Trouble for the tube maintenance firm Metronet has been on its way for almost as long as a delayed District Line train. It has now finally arrived when the contractor responsible for two-thirds of the London Underground network crashes into administration. The bust is clearly bad news for the capital's beleaguered commuters.
But, as the erstwhile poster-child of the Government's controversial Public-Private-Partnership scheme, Metronet is also shaping up to be the Prime Minister's first big embarrassment.
Four years ago, Gordon Brown forced through the part-privatisation of the Tube: partly to take the cost off the state, partly because he thought the network would run more efficiently, and partly to avoid giving too much power to London’s maverick mayor, Ken Livingstone. At least two of those three objectives have come badly asunder.
What went wrong? The answer's obvious: Metronet was formed from an unholy alliance of arch-privateers – Atkins, Balfour Beatty, Bombardier, EDF Energy and Thames Water – all expert at extracting money from government without delivering the goods.

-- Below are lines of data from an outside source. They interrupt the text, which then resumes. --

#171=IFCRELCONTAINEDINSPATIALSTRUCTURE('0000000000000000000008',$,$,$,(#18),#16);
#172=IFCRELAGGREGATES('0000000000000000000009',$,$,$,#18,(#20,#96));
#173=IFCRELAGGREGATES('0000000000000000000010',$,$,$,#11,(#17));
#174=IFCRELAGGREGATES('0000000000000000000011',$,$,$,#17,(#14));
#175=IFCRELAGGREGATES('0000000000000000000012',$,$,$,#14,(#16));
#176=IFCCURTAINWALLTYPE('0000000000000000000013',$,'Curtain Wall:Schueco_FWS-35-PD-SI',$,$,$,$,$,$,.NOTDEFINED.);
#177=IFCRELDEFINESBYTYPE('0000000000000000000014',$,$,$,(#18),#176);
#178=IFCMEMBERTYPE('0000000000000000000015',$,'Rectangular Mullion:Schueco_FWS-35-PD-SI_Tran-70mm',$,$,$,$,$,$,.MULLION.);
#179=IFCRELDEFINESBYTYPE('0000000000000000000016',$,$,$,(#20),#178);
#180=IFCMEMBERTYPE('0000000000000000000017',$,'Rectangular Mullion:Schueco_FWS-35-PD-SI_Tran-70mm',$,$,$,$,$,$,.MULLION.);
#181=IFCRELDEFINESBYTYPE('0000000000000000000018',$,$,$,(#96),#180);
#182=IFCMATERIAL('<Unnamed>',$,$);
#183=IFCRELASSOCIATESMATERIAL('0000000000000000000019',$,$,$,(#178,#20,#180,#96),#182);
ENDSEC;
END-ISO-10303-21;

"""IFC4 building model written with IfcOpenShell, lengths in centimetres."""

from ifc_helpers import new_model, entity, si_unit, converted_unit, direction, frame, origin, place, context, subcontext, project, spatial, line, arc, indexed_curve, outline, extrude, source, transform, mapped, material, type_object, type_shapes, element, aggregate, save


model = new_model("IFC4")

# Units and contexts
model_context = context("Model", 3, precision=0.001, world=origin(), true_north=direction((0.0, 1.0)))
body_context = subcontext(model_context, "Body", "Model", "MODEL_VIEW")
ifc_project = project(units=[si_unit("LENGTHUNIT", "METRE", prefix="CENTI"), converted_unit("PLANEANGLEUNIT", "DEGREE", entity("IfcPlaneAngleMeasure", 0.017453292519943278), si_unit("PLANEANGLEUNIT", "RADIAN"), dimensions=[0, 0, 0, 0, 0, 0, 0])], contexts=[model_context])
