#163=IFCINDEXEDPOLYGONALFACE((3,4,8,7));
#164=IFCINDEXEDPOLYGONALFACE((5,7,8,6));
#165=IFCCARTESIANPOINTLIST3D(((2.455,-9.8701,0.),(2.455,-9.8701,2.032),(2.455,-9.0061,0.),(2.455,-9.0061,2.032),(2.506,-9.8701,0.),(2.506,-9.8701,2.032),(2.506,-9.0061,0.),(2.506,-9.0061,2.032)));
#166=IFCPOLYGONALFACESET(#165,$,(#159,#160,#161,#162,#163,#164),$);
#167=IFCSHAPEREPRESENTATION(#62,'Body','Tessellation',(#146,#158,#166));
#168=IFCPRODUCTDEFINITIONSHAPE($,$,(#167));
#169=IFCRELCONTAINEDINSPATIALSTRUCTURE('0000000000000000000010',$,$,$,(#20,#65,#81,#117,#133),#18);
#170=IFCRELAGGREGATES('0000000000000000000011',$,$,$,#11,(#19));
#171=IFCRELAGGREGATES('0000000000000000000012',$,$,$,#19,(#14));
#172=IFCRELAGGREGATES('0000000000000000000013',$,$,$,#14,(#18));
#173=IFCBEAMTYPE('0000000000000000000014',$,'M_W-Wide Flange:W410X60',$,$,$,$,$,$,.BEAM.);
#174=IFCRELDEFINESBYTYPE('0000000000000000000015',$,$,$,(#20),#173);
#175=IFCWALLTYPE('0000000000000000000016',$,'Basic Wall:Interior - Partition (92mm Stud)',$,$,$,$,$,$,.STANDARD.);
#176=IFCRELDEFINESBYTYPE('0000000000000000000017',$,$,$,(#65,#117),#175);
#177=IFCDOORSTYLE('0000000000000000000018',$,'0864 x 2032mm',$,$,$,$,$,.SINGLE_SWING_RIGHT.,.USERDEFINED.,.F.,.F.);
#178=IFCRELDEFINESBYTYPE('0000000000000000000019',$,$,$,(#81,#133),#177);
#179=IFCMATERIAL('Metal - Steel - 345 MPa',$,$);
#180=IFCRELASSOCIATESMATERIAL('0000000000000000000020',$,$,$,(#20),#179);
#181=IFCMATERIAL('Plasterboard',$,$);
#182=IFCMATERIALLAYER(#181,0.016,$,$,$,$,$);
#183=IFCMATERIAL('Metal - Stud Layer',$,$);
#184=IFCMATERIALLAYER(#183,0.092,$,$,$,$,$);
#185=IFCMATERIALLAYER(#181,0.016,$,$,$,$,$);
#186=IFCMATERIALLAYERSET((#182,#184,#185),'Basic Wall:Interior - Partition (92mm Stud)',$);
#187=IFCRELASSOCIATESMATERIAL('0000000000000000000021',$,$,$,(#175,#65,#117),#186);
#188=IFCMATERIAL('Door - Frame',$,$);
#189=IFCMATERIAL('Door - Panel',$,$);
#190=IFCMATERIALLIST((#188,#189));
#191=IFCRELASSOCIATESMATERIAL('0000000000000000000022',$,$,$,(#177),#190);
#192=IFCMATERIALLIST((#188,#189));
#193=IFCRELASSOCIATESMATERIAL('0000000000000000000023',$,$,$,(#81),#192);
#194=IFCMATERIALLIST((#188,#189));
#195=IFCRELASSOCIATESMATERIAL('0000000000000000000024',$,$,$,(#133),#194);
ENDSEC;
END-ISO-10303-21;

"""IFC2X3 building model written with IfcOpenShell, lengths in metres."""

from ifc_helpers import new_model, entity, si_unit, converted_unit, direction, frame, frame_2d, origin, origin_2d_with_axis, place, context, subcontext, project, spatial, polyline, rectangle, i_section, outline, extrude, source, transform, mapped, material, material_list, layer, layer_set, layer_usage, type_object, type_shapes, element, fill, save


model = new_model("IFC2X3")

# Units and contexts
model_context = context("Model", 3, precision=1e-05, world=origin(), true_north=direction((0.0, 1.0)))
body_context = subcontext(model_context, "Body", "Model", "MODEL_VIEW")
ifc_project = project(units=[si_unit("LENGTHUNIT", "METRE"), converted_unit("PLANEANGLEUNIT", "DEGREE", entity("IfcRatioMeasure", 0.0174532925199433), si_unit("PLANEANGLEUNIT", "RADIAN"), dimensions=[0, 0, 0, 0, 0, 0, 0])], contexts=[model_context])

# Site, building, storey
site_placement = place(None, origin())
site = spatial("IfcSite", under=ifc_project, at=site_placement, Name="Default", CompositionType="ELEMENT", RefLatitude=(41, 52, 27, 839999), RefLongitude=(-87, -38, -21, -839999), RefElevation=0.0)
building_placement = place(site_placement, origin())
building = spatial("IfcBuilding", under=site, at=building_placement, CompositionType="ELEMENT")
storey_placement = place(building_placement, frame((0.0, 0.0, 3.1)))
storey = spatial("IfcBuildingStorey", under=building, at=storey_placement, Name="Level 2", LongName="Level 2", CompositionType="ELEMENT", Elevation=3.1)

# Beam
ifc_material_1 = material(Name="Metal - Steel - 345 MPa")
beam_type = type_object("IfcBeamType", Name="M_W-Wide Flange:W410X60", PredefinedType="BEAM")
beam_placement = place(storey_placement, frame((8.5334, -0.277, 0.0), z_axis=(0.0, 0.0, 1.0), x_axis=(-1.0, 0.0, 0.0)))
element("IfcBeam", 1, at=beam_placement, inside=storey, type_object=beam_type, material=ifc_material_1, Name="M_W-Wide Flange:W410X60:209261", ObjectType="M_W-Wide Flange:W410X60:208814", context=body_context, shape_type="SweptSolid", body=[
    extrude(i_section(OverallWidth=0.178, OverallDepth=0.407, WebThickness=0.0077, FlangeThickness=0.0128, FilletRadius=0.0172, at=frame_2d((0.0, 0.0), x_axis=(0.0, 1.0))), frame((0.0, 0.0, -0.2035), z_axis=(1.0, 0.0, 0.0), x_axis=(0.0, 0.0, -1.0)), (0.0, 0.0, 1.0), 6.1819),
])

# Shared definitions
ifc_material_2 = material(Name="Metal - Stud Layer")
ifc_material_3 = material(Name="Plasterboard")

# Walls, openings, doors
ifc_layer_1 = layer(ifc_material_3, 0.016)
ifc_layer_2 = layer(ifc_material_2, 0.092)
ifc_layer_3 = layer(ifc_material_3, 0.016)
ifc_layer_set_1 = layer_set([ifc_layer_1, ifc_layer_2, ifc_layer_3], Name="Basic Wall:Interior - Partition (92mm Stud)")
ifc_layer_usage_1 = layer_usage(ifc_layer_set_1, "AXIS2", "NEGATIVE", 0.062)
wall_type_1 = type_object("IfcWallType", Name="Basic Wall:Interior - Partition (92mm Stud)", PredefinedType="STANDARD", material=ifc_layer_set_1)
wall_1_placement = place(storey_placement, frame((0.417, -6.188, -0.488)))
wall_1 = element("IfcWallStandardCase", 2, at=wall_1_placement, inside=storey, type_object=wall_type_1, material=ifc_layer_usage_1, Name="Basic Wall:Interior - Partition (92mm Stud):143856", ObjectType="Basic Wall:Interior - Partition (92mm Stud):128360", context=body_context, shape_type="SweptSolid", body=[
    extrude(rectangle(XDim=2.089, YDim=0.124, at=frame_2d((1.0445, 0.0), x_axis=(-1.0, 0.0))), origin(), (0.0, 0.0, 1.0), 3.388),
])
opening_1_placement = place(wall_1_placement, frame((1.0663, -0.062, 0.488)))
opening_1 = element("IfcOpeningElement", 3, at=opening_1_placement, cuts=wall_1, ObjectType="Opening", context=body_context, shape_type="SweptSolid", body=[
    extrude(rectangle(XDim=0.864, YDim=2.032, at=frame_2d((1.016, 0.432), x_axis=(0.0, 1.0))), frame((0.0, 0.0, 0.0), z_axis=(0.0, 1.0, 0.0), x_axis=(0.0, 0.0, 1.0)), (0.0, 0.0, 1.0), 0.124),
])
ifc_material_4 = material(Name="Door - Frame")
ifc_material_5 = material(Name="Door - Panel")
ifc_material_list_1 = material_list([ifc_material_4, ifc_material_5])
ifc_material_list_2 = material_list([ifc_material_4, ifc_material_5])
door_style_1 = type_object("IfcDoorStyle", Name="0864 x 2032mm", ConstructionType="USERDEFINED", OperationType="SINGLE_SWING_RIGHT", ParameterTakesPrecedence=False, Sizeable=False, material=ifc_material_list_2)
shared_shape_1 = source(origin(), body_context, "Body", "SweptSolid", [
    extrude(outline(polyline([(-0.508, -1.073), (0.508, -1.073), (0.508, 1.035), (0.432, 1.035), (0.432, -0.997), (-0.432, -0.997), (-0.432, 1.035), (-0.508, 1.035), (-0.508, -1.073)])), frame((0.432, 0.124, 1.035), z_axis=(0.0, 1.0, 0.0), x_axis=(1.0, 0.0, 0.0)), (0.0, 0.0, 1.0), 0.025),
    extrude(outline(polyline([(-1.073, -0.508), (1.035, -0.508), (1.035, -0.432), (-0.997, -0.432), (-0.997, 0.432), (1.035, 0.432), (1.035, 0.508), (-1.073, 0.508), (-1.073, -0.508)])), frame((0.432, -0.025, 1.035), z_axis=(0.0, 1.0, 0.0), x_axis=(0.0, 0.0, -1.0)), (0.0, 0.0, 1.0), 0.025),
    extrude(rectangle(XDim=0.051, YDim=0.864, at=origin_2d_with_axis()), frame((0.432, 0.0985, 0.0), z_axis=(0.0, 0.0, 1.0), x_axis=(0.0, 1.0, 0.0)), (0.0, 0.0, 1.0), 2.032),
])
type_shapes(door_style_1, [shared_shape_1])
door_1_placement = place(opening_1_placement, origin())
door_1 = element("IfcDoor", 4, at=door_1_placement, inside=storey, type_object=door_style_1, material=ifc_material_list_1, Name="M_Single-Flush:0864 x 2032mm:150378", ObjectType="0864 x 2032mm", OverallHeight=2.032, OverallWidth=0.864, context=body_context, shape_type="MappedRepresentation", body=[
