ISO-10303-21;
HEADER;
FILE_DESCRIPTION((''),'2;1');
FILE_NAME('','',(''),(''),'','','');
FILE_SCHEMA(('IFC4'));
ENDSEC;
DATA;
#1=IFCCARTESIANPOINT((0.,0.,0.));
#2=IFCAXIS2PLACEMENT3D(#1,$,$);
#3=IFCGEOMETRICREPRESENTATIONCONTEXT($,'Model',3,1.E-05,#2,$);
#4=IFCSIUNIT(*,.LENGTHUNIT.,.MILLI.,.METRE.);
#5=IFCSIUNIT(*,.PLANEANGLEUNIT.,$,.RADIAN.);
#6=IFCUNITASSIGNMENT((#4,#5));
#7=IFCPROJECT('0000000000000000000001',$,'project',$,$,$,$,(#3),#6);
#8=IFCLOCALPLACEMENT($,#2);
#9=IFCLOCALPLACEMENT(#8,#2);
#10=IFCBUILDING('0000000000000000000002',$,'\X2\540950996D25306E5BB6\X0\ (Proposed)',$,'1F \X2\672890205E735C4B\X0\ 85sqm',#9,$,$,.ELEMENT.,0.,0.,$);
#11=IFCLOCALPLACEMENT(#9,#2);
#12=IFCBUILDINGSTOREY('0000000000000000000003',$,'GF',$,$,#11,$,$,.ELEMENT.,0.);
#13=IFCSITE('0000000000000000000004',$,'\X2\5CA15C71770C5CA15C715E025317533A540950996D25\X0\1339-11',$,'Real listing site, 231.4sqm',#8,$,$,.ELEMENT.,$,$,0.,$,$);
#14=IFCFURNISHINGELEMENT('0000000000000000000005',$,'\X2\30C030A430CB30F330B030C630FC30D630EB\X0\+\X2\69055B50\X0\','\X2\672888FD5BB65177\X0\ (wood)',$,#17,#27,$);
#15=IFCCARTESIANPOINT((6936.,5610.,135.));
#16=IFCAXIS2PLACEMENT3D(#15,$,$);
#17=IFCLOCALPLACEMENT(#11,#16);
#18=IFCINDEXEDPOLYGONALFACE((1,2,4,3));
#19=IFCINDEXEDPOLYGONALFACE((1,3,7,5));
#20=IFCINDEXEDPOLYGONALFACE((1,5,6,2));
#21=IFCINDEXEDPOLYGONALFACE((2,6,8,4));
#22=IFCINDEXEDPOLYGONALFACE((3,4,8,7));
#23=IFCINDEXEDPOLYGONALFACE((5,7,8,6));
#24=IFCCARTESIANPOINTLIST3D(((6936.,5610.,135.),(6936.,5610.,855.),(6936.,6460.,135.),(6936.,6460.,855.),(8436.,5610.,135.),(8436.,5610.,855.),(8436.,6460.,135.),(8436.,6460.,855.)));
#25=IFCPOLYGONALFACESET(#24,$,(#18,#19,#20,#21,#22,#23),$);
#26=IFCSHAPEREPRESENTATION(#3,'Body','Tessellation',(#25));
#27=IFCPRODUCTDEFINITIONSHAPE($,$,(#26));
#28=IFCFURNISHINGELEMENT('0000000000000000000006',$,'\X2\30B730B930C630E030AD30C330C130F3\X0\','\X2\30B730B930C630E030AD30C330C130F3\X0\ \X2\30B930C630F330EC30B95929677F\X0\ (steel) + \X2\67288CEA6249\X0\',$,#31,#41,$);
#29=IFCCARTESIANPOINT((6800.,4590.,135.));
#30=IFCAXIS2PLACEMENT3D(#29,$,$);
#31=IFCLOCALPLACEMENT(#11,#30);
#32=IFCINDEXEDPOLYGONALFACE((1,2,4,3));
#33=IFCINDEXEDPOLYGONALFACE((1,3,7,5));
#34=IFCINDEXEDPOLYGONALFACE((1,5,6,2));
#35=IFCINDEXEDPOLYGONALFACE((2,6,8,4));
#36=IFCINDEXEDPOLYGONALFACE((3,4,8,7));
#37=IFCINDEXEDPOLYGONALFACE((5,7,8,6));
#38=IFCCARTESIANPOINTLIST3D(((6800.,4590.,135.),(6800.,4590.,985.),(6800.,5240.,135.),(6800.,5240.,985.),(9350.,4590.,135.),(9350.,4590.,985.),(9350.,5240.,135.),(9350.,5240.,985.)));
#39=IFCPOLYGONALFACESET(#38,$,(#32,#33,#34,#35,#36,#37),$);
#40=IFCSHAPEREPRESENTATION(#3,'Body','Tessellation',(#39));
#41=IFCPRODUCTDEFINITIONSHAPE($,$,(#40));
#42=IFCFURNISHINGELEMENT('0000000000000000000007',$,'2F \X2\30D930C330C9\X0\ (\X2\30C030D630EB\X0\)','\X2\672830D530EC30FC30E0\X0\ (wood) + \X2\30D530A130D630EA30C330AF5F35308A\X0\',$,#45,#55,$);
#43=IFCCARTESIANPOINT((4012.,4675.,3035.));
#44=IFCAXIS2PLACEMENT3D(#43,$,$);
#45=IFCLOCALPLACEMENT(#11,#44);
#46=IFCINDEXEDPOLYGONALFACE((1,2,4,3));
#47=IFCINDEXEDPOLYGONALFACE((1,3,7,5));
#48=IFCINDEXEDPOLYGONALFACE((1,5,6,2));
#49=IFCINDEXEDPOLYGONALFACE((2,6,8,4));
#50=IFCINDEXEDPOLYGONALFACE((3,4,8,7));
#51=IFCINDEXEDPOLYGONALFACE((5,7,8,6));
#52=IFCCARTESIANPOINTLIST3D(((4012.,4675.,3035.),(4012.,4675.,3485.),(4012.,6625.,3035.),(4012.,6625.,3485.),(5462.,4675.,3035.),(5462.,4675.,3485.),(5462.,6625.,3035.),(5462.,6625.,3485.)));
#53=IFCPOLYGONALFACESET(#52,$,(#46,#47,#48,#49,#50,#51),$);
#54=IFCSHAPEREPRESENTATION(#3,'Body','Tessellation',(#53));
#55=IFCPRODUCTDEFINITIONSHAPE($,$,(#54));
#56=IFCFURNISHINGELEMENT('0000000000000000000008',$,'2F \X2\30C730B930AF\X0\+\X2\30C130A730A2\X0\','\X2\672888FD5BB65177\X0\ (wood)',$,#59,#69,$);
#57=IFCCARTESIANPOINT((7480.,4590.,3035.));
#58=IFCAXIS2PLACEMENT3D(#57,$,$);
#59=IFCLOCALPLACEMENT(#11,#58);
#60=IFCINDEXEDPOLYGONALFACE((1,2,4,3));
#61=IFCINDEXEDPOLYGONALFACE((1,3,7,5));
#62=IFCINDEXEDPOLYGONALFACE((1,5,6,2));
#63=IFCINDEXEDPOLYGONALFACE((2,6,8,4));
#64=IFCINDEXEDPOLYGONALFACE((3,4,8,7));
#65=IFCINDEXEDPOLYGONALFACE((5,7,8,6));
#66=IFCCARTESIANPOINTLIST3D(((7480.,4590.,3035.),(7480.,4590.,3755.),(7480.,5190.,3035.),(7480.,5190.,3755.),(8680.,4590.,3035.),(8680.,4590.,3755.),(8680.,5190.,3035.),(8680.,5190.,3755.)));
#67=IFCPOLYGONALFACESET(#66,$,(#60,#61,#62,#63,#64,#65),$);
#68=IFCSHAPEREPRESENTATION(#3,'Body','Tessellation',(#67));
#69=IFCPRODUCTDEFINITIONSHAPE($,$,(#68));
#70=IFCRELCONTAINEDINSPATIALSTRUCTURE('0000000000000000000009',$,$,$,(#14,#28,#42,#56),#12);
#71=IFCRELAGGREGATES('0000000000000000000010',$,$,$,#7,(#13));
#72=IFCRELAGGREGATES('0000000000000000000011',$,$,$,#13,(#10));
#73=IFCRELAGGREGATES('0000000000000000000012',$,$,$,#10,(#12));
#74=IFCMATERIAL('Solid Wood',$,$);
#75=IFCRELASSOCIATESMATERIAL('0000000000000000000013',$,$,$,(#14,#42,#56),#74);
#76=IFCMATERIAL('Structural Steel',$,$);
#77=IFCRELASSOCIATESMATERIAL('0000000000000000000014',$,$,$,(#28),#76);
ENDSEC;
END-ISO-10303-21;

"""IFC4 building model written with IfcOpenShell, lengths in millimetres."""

from ifc_helpers import new_model, si_unit, frame, frame_2d, origin, place, context, project, spatial, rectangle, extrude, material, element, save


model = new_model("IFC4")

# Units and contexts
model_context = context("Model", 3, precision=1e-05, world=origin())
ifc_project = project(units=[si_unit("LENGTHUNIT", "METRE", prefix="MILLI"), si_unit("PLANEANGLEUNIT", "RADIAN")], contexts=[model_context])

# Site, building, storey
site_placement = place(None, origin())
site = spatial("IfcSite", under=ifc_project, at=site_placement, Name="岡山県岡山市北区吉備津1339-11", ObjectType="Real listing site, 231.4sqm", CompositionType="ELEMENT", RefElevation=0.0)
building_placement = place(site_placement, origin())
building = spatial("IfcBuilding", under=site, at=building_placement, Name="吉備津の家 (Proposed)", ObjectType="1F 木造平屋 85sqm", CompositionType="ELEMENT", ElevationOfRefHeight=0.0, ElevationOfTerrain=0.0)
storey_placement = place(building_placement, origin())
storey = spatial("IfcBuildingStorey", under=building, at=storey_placement, Name="GF", CompositionType="ELEMENT", Elevation=0.0)

# Shared definitions
ifc_material_1 = material(Name="Solid Wood")

# Shared definitions
ifc_material_2 = material(Name="Structural Steel")

# Furnishing elements
furnishing_1_placement = place(storey_placement, frame((6936.0, 5610.0, 135.0)))
element("IfcFurnishingElement", 1, at=furnishing_1_placement, inside=storey, material=ifc_material_1, Name="ダイニングテーブル+椅子", Description="木製家具 (wood)", context=model_context, shape_type="SweptSolid", body=[
    extrude(rectangle(XDim=1500.0, YDim=850.0, at=frame_2d((750.0, 425.0))), frame((6936.0, 5610.0, 135.0)), (0.0, 0.0, 1.0), 720.0),
])
furnishing_2_placement = place(storey_placement, frame((6800.0, 4590.0, 135.0)))
element("IfcFurnishingElement", 2, at=furnishing_2_placement, inside=storey, material=ifc_material_2, Name="システムキッチン", Description="システムキッチン ステンレス天板 (steel) + 木質扉", context=model_context, shape_type="SweptSolid", body=[
    extrude(rectangle(XDim=2550.0, YDim=650.0, at=frame_2d((1275.0, 325.0))), frame((6800.0, 4590.0, 135.0)), (0.0, 0.0, 1.0), 850.0),
])
furnishing_3_placement = place(storey_placement, frame((4012.0, 4675.0, 3035.0)))
element("IfcFurnishingElement", 3, at=furnishing_3_placement, inside=storey, material=ifc_material_1, Name="2F ベッド (ダブル)", Description="木フレーム (wood) + ファブリック張り", context=model_context, shape_type="SweptSolid", body=[
    extrude(rectangle(XDim=1450.0, YDim=1950.0, at=frame_2d((725.0, 975.0))), frame((4012.0, 4675.0, 3035.0)), (0.0, 0.0, 1.0), 450.0),
])
furnishing_4_placement = place(storey_placement, frame((7480.0, 4590.0, 3035.0)))
element("IfcFurnishingElement", 4, at=furnishing_4_placement, inside=storey, material=ifc_material_1, Name="2F デスク+チェア", Description="木製家具 (wood)", context=model_context, shape_type="SweptSolid", body=[
    extrude(rectangle(XDim=1200.0, YDim=600.0, at=frame_2d((600.0, 300.0))), frame((7480.0, 4590.0, 3035.0)), (0.0, 0.0, 1.0), 720.0),
])

save(model, "model.ifc")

When costs overran by £2bn, they bailed out like rats.
These PPP chancers seem to want it both ways, to keep the contracts which coin it and to dump those that are less satisfactory. It's like Railtrack all over again and the chances are that, like Railtrack, the bill will eventually be paid by Taxpayer Anonymous.
Yet the whole point of PPPs, as with the Private Finance Initiative scheme generally, is that the financial risk is transferred to the private sector. If the model is as badly flawed as the Metronet shambles suggests, we're in serious trouble, since PFI penetrates almost every nook and cranny of life.
In total, 750 deals have been signed with a combined value of £55bn. Of the 68 hospitals completed in the first eight years of the Blair Government, 64 were PFI projects.
Yet it would be foolhardy to write off the whole model on the basis of one fiasco. The majority of PFI projects have delivered well and without them, many important projects would never see the light of day – including the biggest upgrade of the Tube since the Second World War.
If you get the contracts and management right, this system can work – as shown by London Underground's second PPP contractor, Tube Lines, which has so far incurred no substantial overruns.
In the case of Metronet, the City seems to have run rings round the civil servants. That should be a wake-up call for Whitehall.